11.
Seine Hände.
Seine Hände!
Er streckte sie weit von sich und starrte sie an wie Fremdkörper, die nicht zu ihm gehörten. Wie Gebirgszüge traten nach der ungeheuren Anstrengung die blauen Adern daraus hervor, noch immer waren die Finger so verkrümmt, wie sie um den Hals der Frau gelegen hatten. Mit unmenschlicher Kraft hatte er zugedrückt, und ab einem bestimmten Zeitpunkt hatten seine Hände ein Eigenleben entwickelt und nicht mehr aufhören wollen.
Da war die Erinnerung zurückgekehrt.
Wieder einmal.
Er wusste, wozu seine Hände fähig waren, auch wenn sein Kopf sich dagegen sträubte. Damals, an den schwarzen Plastikgriffen, war es genauso gewesen. Selbst wenn er es gewollt hätte, er hätte sie nicht davon lösen können.
Schwer atmend auf dem kleinen Flur hockend, beruhigte er sich langsam. Adrenalin und Anspannung sackten in sich zusammen, sein Herzschlag kehrte in den normalen Bereich zurück, und er nahm außer seinen Händen auch die Umgebung wieder wahr.
Gegenüber lehnte die Leiche an der Wand, der Kopf nach vorn gesackt, zum Glück, denn so konnte sie ihn nicht ansehen.
Im Schlafzimmer auf dem Bett lag die andere.

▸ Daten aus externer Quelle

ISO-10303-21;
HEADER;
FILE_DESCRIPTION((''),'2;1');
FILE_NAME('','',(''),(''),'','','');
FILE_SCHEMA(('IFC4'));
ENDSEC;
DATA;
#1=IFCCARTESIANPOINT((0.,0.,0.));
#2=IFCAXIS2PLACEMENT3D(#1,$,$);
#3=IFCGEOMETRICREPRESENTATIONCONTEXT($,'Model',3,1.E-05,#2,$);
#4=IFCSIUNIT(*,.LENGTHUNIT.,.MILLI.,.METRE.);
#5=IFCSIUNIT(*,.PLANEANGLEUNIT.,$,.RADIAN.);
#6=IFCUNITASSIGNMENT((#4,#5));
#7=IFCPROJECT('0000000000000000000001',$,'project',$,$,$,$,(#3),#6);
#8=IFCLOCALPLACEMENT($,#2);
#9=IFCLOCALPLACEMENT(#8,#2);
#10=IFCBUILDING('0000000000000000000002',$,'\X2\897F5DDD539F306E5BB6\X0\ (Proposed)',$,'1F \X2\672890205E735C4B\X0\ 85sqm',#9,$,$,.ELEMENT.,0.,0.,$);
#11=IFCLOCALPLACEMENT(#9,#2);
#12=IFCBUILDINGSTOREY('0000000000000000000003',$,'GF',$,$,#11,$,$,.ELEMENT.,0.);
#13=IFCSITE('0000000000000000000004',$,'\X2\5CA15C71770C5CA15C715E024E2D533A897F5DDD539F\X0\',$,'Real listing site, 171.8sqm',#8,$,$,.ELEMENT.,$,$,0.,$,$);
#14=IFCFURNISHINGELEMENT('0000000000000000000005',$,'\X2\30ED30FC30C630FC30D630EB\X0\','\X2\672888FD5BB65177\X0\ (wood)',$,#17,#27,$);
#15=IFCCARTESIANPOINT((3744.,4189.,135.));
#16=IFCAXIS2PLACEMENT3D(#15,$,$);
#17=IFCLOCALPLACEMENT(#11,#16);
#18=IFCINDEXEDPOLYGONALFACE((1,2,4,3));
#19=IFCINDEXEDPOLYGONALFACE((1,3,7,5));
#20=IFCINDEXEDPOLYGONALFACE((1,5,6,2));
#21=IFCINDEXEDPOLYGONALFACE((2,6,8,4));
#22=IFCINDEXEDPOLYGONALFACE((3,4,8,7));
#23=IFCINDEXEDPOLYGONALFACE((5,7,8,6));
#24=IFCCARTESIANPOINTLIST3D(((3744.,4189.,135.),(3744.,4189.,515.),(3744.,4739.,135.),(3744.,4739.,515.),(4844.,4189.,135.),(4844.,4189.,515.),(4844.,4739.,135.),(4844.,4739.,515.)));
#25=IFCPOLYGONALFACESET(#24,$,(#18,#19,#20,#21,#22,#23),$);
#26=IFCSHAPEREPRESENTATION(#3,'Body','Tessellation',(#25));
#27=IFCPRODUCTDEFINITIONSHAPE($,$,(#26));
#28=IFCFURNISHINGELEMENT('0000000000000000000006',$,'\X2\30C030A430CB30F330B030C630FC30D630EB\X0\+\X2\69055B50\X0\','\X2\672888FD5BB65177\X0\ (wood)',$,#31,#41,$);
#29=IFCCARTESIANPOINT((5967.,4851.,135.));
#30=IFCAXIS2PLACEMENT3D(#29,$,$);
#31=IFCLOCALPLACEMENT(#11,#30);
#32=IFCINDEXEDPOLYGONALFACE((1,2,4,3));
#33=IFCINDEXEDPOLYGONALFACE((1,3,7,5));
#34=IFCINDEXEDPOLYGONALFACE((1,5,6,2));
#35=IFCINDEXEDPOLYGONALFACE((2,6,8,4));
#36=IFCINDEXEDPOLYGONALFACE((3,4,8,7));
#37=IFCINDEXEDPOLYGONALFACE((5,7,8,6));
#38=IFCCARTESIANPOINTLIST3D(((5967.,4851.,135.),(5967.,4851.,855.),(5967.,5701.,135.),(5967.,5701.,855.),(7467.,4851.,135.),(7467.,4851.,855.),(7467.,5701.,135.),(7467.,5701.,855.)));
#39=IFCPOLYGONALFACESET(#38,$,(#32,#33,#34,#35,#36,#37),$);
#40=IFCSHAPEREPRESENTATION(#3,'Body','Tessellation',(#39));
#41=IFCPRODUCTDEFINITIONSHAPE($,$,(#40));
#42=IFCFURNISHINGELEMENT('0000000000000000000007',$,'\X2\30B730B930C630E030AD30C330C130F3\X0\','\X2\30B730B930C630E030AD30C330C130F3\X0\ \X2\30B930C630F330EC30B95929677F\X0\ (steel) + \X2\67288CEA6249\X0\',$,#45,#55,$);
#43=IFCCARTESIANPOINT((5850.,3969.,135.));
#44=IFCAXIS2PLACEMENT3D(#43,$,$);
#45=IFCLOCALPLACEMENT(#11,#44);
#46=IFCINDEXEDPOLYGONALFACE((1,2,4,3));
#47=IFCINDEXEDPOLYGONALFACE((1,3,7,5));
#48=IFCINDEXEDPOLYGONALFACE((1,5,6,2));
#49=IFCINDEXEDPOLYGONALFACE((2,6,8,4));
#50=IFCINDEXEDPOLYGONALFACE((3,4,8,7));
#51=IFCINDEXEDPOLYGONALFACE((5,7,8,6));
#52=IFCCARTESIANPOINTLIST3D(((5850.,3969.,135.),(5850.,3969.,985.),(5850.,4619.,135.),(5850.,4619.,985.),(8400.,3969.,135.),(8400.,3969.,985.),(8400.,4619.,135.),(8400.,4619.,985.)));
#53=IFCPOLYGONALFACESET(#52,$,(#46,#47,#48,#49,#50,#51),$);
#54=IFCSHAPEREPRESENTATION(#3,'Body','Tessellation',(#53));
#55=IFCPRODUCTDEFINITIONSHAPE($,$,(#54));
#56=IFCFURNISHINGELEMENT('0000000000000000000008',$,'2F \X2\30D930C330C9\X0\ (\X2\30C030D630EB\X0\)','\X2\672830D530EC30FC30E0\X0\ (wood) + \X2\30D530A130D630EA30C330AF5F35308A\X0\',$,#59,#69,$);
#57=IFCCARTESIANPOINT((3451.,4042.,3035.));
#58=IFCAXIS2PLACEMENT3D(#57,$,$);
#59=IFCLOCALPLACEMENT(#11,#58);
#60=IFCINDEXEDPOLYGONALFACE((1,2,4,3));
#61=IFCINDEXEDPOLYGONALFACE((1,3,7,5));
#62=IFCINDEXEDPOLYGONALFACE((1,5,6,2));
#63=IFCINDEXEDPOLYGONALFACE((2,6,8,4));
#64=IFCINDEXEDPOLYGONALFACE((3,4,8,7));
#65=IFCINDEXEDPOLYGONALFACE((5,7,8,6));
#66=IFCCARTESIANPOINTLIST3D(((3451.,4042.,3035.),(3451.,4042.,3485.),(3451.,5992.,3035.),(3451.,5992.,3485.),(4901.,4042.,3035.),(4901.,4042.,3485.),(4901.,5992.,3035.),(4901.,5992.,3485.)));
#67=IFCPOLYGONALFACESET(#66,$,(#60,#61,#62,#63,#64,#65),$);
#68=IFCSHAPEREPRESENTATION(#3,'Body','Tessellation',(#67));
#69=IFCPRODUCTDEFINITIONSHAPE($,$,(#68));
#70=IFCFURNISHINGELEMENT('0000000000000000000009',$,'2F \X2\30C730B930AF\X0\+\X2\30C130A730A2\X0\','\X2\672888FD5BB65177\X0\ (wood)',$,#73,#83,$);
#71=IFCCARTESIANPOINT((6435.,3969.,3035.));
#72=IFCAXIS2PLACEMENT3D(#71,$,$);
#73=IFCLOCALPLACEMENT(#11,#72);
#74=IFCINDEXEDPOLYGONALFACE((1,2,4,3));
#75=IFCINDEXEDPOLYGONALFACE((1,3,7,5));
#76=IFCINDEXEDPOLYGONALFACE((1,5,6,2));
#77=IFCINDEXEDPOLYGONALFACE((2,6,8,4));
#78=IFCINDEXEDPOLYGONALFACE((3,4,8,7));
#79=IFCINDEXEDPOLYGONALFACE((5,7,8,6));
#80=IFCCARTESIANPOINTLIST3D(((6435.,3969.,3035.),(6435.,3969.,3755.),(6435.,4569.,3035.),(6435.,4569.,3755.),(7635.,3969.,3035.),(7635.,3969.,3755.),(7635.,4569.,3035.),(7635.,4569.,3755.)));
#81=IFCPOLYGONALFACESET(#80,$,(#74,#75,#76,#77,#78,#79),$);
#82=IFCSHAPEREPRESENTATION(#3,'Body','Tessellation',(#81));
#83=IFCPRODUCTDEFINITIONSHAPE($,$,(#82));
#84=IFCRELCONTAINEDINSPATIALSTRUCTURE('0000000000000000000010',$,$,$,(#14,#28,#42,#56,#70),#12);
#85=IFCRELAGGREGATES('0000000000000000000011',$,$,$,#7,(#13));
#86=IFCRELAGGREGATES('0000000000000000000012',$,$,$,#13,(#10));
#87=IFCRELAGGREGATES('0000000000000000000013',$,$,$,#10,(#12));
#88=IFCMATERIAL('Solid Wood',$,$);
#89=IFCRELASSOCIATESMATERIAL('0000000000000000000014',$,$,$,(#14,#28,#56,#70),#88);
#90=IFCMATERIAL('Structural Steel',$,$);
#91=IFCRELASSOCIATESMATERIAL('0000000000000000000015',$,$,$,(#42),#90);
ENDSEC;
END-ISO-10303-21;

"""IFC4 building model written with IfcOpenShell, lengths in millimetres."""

from ifc_helpers import new_model, si_unit, frame, frame_2d, origin, place, context, project, spatial, rectangle, extrude, material, element, save


model = new_model("IFC4")

# Units and contexts
model_context = context("Model", 3, precision=1e-05, world=origin())
ifc_project = project(units=[si_unit("LENGTHUNIT", "METRE", prefix="MILLI"), si_unit("PLANEANGLEUNIT", "RADIAN")], contexts=[model_context])

# Site, building, storey
site_placement = place(None, origin())
site = spatial("IfcSite", under=ifc_project, at=site_placement, Name="岡山県岡山市中区西川原", ObjectType="Real listing site, 171.8sqm", CompositionType="ELEMENT", RefElevation=0.0)
building_placement = place(site_placement, origin())
building = spatial("IfcBuilding", under=site, at=building_placement, Name="西川原の家 (Proposed)", ObjectType="1F 木造平屋 85sqm", CompositionType="ELEMENT", ElevationOfRefHeight=0.0, ElevationOfTerrain=0.0)
storey_placement = place(building_placement, origin())
storey = spatial("IfcBuildingStorey", under=building, at=storey_placement, Name="GF", CompositionType="ELEMENT", Elevation=0.0)

# Shared definitions
ifc_material_1 = material(Name="Solid Wood")

# Shared definitions
ifc_material_2 = material(Name="Structural Steel")

# Furnishing elements
furnishing_1_placement = place(storey_placement, frame((3744.0, 4189.0, 135.0)))
element("IfcFurnishingElement", 1, at=furnishing_1_placement, inside=storey, material=ifc_material_1, Name="ローテーブル", Description="木製家具 (wood)", context=model_context, shape_type="SweptSolid", body=[
    extrude(rectangle(XDim=1100.0, YDim=550.0, at=frame_2d((550.0, 275.0))), frame((3744.0, 4189.0, 135.0)), (0.0, 0.0, 1.0), 380.0),
])
furnishing_2_placement = place(storey_placement, frame((5967.0, 4851.0, 135.0)))
element("IfcFurnishingElement", 2, at=furnishing_2_placement, inside=storey, material=ifc_material_1, Name="ダイニングテーブル+椅子", Description="木製家具 (wood)", context=model_context, shape_type="SweptSolid", body=[
    extrude(rectangle(XDim=1500.0, YDim=850.0, at=frame_2d((750.0, 425.0))), frame((5967.0, 4851.0, 135.0)), (0.0, 0.0, 1.0), 720.0),
])
furnishing_3_placement = place(storey_placement, frame((5850.0, 3969.0, 135.0)))
element("IfcFurnishingElement", 3, at=furnishing_3_placement, inside=storey, material=ifc_material_2, Name="システムキッチン", Description="システムキッチン ステンレス天板 (steel) + 木質扉", context=model_context, shape_type="SweptSolid", body=[
    extrude(rectangle(XDim=2550.0, YDim=650.0, at=frame_2d((1275.0, 325.0))), frame((5850.0, 3969.0, 135.0)), (0.0, 0.0, 1.0), 850.0),
])
furnishing_4_placement = place(storey_placement, frame((3451.0, 4042.0, 3035.0)))
element("IfcFurnishingElement", 4, at=furnishing_4_placement, inside=storey, material=ifc_material_1, Name="2F ベッド (ダブル)", Description="木フレーム (wood) + ファブリック張り", context=model_context, shape_type="SweptSolid", body=[
    extrude(rectangle(XDim=1450.0, YDim=1950.0, at=frame_2d((725.0, 975.0))), frame((3451.0, 4042.0, 3035.0)), (0.0, 0.0, 1.0), 450.0),
])
furnishing_5_placement = place(storey_placement, frame((6435.0, 3969.0, 3035.0)))
element("IfcFurnishingElement", 5, at=furnishing_5_placement, inside=storey, material=ifc_material_1, Name="2F デスク+チェア", Description="木製家具 (wood)", context=model_context, shape_type="SweptSolid", body=[
    extrude(rectangle(XDim=1200.0, YDim=600.0, at=frame_2d((600.0, 300.0))), frame((6435.0, 3969.0, 3035.0)), (0.0, 0.0, 1.0), 720.0),
])

save(model, "model.ifc")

Er musste hier weg, das war ihm klar, aber diese kleine Unterbrechung war nicht zu verhindern gewesen. Sein Körper und sein Kopf hatten nicht mehr mitgespielt, ihm die Gefolgschaft verweigert, das alles war doch anstrengender, als er gedacht hatte.
Aber jetzt ging es wieder.
Jetzt konnte er seine Reise fortsetzen.
Also schob er sich an der Wand hoch und musste sich daran abstützen, da ihm schwindelig war. Farbige Kreise tanzten vor seinen Augen, und dann hatte er plötzlich einen glasklaren Moment, in dem er alles sah. Die Brücke, den Bach, das gurgelnde Wasser, das schwindende Leben, den flehenden Blick in ihren Augen. Tu es, tu es, tu es.
Es war nicht seine Schuld! Die Krankheit war schuld, nicht er.
Hör auf damit, mach nicht weiter. Beende deine Reise!
Ihre Stimme klang wie damals, als sie beschwörend auf ihn eingeredet hatte. Aber heute war heute, und nachdem ihn alle betrogen und belogen hatten, nachdem er den Verrat erkannt hatte, gab es kein Zurück mehr.
Nein, er würde seine Reise fortsetzen.
Und dafür benötigte er einen Koffer.
»Ich packe meinen Koffer, und auf die Reise geht …«, sagte er leise vor sich hin, während er sich in der kleinen Wohnung auf die Suche machte.
Er suchte und suchte, fand aber einfach keinen Koffer. Sein Ärger wuchs. Steigerte sich in die Wut, die er so schlecht kontrollieren konnte.